[[ Provided data open ]]

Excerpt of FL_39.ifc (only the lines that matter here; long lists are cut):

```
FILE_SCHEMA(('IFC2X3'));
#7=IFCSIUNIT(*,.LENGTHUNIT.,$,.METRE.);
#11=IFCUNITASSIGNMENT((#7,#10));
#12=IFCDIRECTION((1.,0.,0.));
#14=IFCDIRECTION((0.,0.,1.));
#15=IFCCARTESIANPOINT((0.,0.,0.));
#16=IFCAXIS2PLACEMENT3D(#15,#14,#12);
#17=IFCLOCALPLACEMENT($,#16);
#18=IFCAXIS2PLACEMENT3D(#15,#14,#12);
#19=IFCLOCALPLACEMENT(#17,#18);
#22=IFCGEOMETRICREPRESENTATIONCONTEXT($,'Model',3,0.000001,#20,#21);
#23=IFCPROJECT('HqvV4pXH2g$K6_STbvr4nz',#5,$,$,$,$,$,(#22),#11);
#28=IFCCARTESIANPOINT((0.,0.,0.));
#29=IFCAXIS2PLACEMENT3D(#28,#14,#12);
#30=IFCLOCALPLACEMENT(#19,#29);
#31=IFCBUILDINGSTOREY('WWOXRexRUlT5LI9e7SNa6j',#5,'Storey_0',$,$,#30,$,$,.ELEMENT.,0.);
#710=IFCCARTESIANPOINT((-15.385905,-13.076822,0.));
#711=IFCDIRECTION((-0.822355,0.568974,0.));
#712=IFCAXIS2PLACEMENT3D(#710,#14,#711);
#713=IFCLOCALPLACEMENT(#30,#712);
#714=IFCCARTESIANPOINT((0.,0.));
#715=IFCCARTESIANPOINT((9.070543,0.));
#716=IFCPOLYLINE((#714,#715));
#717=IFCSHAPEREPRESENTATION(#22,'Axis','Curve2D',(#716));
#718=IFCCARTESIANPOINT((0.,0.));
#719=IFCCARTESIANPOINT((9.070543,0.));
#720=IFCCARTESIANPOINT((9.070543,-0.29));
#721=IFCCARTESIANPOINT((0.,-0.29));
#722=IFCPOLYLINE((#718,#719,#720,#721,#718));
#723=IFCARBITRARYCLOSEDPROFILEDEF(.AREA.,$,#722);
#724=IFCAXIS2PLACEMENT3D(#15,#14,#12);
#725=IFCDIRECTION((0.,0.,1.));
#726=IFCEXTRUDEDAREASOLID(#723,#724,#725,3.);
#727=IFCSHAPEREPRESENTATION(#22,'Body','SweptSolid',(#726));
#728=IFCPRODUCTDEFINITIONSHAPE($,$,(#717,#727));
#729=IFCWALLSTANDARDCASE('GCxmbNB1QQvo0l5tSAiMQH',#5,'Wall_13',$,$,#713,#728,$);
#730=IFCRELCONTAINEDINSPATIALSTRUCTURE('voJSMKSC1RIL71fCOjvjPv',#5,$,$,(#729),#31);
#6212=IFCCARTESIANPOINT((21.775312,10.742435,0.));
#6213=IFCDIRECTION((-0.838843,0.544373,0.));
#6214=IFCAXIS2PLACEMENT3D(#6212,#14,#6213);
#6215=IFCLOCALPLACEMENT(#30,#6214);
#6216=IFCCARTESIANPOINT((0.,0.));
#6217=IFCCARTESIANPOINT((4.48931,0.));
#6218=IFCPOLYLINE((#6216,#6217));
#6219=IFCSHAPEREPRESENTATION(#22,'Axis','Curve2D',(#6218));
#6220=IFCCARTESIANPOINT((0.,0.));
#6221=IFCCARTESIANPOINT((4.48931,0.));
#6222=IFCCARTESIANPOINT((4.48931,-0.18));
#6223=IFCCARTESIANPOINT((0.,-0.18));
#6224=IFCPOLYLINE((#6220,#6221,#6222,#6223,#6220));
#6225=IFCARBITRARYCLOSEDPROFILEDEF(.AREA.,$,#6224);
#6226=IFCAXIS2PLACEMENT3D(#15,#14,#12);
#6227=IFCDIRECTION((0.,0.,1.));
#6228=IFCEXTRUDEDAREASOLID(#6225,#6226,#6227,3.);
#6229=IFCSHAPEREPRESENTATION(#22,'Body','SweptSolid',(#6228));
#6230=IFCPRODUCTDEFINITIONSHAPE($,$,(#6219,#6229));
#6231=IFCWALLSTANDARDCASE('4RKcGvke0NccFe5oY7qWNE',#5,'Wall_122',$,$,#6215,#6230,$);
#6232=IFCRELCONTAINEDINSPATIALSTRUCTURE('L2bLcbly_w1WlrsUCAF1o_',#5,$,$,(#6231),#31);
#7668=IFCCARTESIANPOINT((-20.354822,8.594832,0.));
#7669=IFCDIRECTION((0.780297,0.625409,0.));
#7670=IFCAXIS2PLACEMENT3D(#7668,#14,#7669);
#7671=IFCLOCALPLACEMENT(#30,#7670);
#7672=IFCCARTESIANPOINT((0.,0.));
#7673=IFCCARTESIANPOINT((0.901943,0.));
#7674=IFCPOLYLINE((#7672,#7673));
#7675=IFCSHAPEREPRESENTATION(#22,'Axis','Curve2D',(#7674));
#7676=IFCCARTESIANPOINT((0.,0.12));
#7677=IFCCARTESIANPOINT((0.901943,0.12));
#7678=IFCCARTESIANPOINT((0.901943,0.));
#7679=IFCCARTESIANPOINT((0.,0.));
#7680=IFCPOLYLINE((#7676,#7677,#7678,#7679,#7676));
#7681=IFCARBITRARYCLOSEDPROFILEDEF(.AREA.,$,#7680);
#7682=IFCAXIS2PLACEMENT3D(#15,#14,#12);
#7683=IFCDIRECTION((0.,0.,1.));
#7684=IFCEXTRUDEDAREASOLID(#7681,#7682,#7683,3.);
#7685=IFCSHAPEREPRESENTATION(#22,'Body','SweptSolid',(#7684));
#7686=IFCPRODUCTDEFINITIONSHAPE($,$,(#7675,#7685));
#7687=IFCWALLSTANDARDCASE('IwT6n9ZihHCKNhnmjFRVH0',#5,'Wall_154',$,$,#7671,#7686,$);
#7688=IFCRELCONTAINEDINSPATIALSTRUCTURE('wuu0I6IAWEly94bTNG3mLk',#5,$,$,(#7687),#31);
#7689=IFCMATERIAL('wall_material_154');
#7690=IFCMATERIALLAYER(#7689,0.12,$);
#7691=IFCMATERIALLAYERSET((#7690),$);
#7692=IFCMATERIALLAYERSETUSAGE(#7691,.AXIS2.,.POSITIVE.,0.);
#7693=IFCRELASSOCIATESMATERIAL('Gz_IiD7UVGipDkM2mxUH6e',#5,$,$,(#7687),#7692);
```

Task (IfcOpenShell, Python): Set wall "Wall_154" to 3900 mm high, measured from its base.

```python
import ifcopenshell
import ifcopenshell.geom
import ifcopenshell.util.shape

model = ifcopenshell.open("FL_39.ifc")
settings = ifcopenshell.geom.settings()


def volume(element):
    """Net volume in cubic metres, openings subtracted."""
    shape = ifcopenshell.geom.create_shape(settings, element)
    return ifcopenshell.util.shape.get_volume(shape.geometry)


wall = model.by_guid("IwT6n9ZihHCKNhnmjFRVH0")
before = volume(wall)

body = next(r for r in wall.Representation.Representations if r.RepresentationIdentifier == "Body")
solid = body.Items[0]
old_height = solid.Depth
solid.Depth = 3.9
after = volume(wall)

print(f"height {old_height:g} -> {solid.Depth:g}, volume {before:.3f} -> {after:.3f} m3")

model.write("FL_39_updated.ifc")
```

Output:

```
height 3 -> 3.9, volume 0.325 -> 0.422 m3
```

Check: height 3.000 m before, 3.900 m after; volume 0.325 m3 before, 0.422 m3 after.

[[ Provided data closed ]]

## What the task requires
Please report every line of the records above that contains the word "IFCEXTRUDEDAREASOLID".

## Answer box
#726=IFCEXTRUDEDAREASOLID(#723,#724,#725,3.);
#6228=IFCEXTRUDEDAREASOLID(#6225,#6226,#6227,3.);
#7684=IFCEXTRUDEDAREASOLID(#7681,#7682,#7683,3.);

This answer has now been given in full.